Quantum-Theoretical Re-interpretation of Pricing Theory
Tian Xin
TL;DR
The paper reframes option pricing as a fully observable, quantum-inspired process on a price lattice, replacing hidden information with observable price-state transitions. It develops a dual-generator framework: a frequency-based generator $H_{\mathrm{freq}} = \hbar f(\hat{S})$ that fixes transition phases, and a translation-invariant jump generator $H_{\mathrm{conv}} = \hbar\sum_α K(α) T_α$ that governs propagation, with the two interacting under a Lindbladian, translation-covariant structure. The result is a nonlocal, risk-neutral pricing equation that converges to the Black–Scholes–Merton operator in the diffusive limit, while enabling heavy-tail and tail-wings through fractional-like limits; the framework also provides a practical FFT-based method for synthetic pricing and IV computation. The approach yields testable links between jump intensities and extreme-event probabilities, and lays out concrete paths for extensions to multi-asset lattices, nonlinear interactions, and empirical calibration of the jump spectrum.
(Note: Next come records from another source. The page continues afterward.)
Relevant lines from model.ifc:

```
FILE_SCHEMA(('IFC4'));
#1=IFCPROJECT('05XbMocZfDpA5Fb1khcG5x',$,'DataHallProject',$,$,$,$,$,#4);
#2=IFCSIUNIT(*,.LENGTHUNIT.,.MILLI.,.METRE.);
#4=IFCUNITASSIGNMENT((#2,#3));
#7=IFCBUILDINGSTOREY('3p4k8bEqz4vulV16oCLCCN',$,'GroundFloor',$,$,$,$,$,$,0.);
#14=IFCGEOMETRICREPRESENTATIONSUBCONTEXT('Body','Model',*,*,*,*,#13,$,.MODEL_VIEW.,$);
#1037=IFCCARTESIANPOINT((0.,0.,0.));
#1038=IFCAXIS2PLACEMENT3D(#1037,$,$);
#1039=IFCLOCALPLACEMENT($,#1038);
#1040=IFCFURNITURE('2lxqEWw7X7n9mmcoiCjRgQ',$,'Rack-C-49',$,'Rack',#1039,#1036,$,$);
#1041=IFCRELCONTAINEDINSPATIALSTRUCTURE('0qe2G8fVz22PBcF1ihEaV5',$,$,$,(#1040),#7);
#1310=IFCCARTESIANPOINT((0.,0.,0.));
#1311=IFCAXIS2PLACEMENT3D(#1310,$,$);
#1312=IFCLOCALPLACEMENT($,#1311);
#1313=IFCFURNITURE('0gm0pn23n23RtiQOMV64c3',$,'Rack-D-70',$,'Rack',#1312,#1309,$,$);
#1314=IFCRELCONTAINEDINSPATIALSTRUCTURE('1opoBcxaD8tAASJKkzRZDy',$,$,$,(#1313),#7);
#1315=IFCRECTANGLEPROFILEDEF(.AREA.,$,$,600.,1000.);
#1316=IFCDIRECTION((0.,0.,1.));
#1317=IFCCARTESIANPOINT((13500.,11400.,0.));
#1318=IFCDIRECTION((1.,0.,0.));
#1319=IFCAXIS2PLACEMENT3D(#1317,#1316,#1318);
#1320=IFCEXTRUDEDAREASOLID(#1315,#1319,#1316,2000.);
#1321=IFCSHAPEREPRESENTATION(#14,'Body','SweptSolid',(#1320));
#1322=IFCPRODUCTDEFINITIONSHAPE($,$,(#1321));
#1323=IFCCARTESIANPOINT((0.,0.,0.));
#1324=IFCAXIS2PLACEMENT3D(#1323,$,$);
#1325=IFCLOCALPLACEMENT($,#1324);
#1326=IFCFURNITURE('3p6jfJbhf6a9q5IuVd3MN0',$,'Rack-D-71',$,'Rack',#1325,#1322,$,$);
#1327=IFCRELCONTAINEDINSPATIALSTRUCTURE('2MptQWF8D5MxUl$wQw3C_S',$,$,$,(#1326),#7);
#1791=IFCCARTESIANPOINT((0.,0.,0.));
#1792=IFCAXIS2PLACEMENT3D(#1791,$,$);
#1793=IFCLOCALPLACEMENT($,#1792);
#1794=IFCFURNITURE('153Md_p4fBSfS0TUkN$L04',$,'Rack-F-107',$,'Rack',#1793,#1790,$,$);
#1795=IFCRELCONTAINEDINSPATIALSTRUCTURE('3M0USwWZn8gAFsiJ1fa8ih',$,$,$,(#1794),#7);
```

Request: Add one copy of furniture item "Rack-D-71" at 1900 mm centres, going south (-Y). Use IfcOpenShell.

```python
import numpy as np
import ifcopenshell
import ifcopenshell.api.geometry
import ifcopenshell.api.root
import ifcopenshell.util.element
import ifcopenshell.util.placement

model = ifcopenshell.open("model.ifc")

source = model.by_id(1326)
base = ifcopenshell.util.placement.get_local_placement(source.ObjectPlacement)
step = np.array([0.0, -1.0, 0.0]) * 1900.0

for i in range(1, 2):
    copy = ifcopenshell.api.root.copy_class(model, product=source)
    copy.Representation = ifcopenshell.util.element.copy_deep(
        model, source.Representation, exclude=["IfcGeometricRepresentationContext", "IfcRepresentationMap"]
    )
    matrix = base.copy()
    matrix[:3, 3] += i * step
    print("added at", matrix[:3, 3].round(3) + 0.0)
    ifcopenshell.api.geometry.edit_object_placement(model, product=copy, matrix=matrix, is_si=False)

model.write("model_rev.ifc")
```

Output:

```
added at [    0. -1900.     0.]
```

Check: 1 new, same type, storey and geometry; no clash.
Overall, the work offers a principled, observable-first foundation for pricing theory with a natural path to empirical validation and broadening of the classical paradigm.
Abstract
Motivated by Heisenberg's observable-only stance, we replace latent "information" (filtrations, hidden diffusions, state variables) with observable transitions between price states. On a discrete price lattice with a Hilbert-space representation, shift operators and the spectral calculus of the price define observable frequency operators and a translation-invariant convolution generator. Combined with jump operators that encode transition intensities, this yields a completely positive, translation-covariant Lindblad semigroup. Under the risk-neutral condition the framework leads to a nonlocal pricing equation that is diagonal in Fourier space; in the small-mesh diffusive limit its generator converges to the classical Black-Scholes-Merton operator. We do not propose another parametric model. We propose a foundation for model construction that is observable, first-principles, and mathematically natural. Noncommutativity emerges from the observable shift algebra rather than being postulated. The jump-intensity ledger determines tail behavior and short-maturity smiles and implies testable links between extreme-event probabilities and implied-volatility wings. Future directions: (i) multi-asset systems on higher-dimensional lattices with vector shifts and block kernels; (ii) state- or flow-dependent kernels as "financial interactions" leading to nonlinear master equations while preserving linear risk-neutral pricing; (iii) empirical tests of the predicted scaling relations between jump intensities and market extremes.